What is the difference between board policies and administrative regulations?
Policies are guidelines adopted by the board to chart a course of action. They tell what the board wants and may include why and how much. They should be broad enough to admit discretionary action by the administration in meeting day-to-day problems and yet specific enough to give clear guidance. Administrative regulations provide the detailed guidelines by which the staff, students and patrons carry out the daily operations of the school. They typically provide answers for the who, where, when and how type of questions that policy doesn't specifically provide.
Why do we need written policies if we have good administrators?
There is no substitute for written policy in the eyes of the courts and in the ends that policy can accomplish, such as to:
- maintain continuity and consistency, and foster stability.
- clarify board/superintendent relations and provide guidance for the superintendent.
- lend legitimacy to board actions.
- allow the board and administration to operate in a more efficient manner.
- provide the basis for a legal record.
Why can't we omit the regulations and put all the information into the policies?
Policies must be formally adopted, revised or approved by the board in its role as the properly elected representatives of the voters. Policy should deal with broad issues of the proper governance and operation of the school in ways that provide continuity for the district. Regulations, by the simple necessity of their detailed provisions, are generally delegated to the superintendent and the administrative team to be kept current in a quickly-changing legal, educational and social environment. The regulations may be reviewed by the board when they are initially created or revised, but it is understood that responsibility has been delegated to the superintendent to revise the detailed rules in keeping with board policies as change occurs.
What is included in the category of administrative regulations?
Some regulations may be included along with the policies in the board manual or in an accompanying binder. Staff and student handbooks are also considered a part of the school's administrative regulations, as well as more specialized documents such as coaches' handbooks, special education guides, and the many forms used in transmitting information between the district and its employees, students and patrons.
Why is the NASB Policy Reference Manual so big?
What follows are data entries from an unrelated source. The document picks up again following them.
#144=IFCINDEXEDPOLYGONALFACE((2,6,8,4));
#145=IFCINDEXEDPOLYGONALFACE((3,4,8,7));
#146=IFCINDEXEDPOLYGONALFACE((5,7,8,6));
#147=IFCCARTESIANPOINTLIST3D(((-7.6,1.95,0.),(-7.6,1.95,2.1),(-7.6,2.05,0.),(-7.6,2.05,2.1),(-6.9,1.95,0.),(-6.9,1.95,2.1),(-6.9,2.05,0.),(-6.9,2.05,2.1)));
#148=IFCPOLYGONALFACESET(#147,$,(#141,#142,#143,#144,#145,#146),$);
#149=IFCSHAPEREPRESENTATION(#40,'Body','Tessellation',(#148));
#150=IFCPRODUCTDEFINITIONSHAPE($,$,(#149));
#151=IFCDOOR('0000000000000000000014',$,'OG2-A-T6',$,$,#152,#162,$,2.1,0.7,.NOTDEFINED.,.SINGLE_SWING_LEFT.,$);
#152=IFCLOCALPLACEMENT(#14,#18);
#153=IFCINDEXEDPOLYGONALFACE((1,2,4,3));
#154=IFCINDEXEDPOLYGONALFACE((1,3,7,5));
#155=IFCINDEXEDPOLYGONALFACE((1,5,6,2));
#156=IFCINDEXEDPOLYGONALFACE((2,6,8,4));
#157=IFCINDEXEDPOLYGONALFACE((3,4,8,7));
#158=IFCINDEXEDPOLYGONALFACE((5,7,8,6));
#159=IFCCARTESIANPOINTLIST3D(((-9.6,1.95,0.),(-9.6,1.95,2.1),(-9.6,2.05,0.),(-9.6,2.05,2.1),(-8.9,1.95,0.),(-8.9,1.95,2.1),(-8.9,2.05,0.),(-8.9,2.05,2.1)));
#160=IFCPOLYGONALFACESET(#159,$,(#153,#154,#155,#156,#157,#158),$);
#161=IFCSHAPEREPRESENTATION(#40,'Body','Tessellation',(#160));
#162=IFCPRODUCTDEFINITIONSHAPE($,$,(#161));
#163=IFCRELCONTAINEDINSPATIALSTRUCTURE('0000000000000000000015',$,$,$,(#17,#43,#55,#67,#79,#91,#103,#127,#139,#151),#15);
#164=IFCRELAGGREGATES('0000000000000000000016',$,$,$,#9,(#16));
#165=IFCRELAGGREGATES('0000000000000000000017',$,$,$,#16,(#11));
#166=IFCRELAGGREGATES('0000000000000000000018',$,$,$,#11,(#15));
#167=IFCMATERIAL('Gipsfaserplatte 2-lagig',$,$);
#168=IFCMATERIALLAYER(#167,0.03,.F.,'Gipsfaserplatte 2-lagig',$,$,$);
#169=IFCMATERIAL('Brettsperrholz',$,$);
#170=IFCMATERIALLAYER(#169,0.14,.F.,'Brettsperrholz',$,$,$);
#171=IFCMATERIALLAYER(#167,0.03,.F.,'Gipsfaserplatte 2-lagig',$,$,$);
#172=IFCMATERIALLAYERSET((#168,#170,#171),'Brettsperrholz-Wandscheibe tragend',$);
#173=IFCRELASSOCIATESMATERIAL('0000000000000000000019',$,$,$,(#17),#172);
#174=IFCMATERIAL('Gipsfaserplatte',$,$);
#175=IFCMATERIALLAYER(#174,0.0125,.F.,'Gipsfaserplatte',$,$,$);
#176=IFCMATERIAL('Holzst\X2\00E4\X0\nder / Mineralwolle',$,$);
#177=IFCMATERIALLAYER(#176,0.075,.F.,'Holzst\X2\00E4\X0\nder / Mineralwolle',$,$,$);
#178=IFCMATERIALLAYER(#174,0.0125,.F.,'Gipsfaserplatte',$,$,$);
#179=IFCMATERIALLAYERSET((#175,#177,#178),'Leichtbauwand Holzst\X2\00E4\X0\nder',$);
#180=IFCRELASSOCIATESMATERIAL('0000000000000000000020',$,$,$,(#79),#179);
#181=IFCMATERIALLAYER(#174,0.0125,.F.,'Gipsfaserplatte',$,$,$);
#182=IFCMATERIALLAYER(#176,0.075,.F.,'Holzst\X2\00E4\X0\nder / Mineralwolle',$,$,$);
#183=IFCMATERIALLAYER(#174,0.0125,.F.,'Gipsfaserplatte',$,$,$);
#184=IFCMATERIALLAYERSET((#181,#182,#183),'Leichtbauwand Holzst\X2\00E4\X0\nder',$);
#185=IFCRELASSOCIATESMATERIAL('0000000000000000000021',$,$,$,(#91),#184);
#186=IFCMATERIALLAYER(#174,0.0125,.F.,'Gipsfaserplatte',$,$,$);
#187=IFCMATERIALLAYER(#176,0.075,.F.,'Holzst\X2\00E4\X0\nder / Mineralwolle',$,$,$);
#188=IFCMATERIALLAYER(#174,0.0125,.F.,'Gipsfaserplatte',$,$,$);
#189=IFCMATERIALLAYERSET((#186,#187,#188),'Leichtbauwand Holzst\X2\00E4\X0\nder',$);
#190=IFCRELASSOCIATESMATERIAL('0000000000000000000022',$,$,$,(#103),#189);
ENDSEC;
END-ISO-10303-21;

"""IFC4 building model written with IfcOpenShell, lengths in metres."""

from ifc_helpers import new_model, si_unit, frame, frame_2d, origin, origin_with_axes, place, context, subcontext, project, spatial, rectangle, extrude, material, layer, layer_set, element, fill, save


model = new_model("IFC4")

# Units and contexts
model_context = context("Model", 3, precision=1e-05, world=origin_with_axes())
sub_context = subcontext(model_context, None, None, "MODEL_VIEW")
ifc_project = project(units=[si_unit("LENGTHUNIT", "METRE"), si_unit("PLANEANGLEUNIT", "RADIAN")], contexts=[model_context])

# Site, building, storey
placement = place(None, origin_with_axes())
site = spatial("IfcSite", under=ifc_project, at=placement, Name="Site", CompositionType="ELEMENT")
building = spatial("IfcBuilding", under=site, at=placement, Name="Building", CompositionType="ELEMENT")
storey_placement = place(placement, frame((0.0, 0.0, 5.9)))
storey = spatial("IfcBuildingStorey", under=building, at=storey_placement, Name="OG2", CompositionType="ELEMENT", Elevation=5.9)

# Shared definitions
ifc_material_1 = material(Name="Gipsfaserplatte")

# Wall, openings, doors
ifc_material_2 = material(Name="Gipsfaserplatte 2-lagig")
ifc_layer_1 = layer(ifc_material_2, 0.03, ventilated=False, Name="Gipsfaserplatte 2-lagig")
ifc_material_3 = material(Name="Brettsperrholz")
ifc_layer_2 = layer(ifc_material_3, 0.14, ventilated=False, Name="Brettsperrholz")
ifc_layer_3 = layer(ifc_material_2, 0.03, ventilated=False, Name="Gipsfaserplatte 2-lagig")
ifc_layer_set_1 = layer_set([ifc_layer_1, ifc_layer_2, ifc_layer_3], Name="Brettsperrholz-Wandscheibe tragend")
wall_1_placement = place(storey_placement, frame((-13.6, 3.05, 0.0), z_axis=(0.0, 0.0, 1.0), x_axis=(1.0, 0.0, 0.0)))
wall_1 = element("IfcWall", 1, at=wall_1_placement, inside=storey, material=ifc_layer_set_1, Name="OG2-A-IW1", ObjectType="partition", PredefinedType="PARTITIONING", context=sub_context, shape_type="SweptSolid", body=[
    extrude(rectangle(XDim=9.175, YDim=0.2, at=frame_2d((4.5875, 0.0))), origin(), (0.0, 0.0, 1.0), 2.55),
The Policy Reference Manual is intended as a resource for districts to use when questions arise regarding many areas of governance and school law. About 60 percent of the manual is considered basic "core" policies that most boards and administrators would consider crucial to effective day-to-day district operations. The remaining policies may be included if the board and superintendent feel they are useful in setting forth expectations for operations of the district. In addition, many districts have policies meeting their individual operational needs for which we have not created model policies.
Why don't we just adopt the Policy Reference Manual as our own board manual?
It is important that a board's policy manual reflect the expectations of its local community and board, and that each policy has been examined with respect to the question of whether this is how the district will actually operate. It is not enough to have sound, legal policies. They must also be followed.